◆ WHAT IS BEING ASKED ◆
Among the records below, find each line bearing the word "IFCRELVOIDSELEMENT" and copy it.

◆ EXERCISE MATERIALS ◆
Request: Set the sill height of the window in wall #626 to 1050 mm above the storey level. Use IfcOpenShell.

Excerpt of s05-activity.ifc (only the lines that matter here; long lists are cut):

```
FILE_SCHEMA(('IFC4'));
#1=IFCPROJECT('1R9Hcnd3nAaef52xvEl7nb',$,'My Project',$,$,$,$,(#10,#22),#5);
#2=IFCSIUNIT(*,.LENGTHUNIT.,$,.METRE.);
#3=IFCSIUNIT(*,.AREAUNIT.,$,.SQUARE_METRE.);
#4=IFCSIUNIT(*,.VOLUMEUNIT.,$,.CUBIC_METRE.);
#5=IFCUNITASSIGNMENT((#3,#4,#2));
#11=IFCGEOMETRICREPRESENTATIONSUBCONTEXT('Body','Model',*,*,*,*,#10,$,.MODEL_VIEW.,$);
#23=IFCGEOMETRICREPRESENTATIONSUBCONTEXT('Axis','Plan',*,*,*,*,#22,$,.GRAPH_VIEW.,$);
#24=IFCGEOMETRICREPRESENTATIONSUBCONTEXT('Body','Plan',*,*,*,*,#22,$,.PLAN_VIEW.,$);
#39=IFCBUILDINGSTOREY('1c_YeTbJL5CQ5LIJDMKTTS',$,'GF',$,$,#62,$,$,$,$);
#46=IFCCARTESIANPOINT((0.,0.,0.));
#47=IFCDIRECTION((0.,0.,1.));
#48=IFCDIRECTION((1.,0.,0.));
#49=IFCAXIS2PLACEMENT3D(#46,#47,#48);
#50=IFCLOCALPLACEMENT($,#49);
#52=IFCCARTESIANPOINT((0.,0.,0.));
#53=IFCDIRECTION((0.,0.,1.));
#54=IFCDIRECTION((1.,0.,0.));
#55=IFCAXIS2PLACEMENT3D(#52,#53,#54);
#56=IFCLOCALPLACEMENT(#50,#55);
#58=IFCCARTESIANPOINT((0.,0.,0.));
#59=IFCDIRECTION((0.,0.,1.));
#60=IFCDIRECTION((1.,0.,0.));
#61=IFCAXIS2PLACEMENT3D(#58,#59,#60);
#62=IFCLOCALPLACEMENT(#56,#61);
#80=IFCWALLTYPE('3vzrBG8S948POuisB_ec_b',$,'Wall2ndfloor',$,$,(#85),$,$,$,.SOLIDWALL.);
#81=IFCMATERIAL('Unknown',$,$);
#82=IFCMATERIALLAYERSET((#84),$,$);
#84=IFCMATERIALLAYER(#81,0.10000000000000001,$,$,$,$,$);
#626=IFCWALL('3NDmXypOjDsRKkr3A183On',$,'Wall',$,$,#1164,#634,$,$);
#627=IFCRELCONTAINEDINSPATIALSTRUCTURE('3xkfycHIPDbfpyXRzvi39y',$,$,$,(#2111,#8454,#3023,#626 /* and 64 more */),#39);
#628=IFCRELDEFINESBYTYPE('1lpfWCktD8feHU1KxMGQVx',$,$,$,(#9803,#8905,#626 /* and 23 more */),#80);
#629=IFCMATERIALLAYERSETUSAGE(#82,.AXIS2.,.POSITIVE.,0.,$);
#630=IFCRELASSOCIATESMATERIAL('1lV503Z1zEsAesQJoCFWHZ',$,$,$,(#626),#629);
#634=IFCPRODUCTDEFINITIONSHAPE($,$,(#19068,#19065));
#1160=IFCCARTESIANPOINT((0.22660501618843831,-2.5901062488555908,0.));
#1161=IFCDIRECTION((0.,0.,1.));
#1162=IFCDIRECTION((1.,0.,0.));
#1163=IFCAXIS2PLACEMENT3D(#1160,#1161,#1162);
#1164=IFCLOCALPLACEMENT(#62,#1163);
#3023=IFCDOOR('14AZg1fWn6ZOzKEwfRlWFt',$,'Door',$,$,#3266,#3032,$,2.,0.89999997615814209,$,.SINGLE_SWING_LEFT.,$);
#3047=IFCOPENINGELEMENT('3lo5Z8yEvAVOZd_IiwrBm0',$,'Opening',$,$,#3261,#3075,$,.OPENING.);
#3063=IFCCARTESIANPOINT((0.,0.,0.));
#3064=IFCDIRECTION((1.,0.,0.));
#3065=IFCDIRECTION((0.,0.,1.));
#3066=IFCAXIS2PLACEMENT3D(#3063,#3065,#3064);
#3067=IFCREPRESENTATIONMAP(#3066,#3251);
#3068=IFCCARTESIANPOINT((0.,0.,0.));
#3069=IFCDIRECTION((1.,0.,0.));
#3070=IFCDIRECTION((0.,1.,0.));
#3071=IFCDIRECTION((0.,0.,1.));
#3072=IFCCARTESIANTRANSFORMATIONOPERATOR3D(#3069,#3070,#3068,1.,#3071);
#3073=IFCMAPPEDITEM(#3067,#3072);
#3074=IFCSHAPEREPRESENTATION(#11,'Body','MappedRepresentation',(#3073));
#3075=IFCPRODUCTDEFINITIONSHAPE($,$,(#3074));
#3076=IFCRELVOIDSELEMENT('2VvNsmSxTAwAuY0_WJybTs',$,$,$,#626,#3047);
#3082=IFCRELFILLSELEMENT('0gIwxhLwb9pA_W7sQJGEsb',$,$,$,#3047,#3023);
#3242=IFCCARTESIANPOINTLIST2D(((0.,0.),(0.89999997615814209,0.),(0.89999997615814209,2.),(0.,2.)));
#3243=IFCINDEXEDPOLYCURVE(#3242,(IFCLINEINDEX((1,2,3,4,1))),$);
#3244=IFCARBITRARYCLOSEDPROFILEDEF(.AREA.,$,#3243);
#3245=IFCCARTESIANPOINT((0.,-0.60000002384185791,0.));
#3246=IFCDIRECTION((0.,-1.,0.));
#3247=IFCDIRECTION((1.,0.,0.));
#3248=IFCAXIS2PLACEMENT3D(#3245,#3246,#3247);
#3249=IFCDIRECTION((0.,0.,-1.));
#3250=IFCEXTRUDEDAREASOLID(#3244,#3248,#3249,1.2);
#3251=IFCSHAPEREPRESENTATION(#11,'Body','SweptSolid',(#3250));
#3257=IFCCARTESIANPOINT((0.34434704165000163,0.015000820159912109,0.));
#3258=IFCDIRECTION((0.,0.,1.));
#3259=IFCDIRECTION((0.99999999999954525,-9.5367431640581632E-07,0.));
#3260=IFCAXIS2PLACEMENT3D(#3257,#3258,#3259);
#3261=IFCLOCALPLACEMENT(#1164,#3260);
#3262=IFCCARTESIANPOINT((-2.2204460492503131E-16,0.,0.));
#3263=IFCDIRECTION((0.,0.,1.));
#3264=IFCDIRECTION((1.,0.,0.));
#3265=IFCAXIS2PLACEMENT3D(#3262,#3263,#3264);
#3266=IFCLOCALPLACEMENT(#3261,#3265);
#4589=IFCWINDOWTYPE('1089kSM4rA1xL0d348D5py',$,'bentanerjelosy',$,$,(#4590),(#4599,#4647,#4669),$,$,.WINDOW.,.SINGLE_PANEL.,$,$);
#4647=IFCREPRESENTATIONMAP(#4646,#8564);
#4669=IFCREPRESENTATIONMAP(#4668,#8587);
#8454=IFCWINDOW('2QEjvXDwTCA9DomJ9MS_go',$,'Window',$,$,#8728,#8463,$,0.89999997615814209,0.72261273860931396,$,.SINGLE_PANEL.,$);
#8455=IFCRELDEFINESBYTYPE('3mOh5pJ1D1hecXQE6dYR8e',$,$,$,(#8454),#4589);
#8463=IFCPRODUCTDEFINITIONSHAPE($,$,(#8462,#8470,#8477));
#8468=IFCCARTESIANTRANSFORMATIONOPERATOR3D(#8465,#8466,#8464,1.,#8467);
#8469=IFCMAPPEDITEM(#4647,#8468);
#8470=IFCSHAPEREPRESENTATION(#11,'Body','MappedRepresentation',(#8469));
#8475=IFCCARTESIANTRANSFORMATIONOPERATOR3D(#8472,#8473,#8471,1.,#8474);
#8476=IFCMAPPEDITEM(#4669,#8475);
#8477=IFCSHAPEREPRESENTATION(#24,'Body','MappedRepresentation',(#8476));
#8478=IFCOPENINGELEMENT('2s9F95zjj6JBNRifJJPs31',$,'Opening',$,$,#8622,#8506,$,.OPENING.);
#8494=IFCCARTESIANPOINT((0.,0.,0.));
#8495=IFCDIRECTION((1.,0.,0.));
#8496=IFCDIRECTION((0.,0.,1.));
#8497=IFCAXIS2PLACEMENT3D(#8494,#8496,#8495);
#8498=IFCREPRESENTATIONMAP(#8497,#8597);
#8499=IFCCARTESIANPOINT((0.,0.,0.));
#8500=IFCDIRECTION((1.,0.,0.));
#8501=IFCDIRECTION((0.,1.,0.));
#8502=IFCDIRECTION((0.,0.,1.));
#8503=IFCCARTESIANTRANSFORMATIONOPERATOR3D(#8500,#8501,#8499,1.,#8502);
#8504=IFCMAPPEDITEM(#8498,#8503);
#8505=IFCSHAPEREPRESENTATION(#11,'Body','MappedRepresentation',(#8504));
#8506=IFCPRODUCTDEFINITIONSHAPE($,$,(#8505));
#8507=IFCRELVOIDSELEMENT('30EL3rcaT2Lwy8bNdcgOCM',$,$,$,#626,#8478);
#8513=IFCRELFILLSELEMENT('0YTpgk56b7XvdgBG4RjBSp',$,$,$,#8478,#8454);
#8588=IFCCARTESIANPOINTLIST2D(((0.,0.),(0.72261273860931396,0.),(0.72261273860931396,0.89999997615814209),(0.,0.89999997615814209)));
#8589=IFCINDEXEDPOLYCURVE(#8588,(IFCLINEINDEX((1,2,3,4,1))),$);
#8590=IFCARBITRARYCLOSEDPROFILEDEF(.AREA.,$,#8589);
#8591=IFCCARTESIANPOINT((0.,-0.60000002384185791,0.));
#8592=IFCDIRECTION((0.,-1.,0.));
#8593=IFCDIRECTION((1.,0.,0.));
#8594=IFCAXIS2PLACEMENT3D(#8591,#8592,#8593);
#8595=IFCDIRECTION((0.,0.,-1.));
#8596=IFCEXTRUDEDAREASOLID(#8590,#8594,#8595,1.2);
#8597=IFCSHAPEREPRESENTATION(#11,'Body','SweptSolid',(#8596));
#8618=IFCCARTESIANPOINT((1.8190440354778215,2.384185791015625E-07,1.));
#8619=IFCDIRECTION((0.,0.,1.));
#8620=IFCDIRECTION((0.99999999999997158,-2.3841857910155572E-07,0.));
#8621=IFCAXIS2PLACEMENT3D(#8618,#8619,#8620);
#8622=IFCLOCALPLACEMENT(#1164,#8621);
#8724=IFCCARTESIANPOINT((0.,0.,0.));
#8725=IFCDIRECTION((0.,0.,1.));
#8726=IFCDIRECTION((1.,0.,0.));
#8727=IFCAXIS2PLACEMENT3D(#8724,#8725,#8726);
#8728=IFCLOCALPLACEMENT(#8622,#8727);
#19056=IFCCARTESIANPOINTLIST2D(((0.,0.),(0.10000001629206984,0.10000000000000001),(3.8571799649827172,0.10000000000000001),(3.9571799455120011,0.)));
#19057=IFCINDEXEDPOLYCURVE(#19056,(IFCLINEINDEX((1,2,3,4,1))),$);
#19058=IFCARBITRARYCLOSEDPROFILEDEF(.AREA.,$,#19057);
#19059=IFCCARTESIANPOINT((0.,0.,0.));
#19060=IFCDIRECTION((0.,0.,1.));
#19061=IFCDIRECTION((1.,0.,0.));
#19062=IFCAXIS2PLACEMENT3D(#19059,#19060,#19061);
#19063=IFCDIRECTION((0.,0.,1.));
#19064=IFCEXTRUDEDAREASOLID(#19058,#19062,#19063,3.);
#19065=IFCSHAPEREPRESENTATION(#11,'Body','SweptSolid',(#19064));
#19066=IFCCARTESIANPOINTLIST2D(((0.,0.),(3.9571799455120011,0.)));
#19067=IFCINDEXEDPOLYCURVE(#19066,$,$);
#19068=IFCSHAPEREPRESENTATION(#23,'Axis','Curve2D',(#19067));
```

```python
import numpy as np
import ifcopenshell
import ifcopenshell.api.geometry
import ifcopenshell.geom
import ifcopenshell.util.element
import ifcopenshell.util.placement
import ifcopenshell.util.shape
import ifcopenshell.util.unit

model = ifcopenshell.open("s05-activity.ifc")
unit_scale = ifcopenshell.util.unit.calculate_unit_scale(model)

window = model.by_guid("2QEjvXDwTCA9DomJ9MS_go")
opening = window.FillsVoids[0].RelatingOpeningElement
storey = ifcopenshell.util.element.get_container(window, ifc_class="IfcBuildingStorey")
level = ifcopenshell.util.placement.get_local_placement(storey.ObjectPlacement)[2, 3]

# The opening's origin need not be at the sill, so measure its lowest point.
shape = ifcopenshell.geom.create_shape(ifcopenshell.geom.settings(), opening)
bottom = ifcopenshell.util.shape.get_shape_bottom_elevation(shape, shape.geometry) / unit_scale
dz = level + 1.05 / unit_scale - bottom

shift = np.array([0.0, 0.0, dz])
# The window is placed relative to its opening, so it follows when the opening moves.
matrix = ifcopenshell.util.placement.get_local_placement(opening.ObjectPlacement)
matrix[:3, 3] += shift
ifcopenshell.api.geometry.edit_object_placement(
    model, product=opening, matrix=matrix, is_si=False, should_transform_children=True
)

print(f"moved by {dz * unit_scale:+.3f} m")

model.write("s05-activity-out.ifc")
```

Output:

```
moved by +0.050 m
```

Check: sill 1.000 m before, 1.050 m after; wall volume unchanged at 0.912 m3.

◆ FINISHED EXERCISE ◆
#3076=IFCRELVOIDSELEMENT('2VvNsmSxTAwAuY0_WJybTs',$,$,$,#626,#3047);
#8507=IFCRELVOIDSELEMENT('30EL3rcaT2Lwy8bNdcgOCM',$,$,$,#626,#8478);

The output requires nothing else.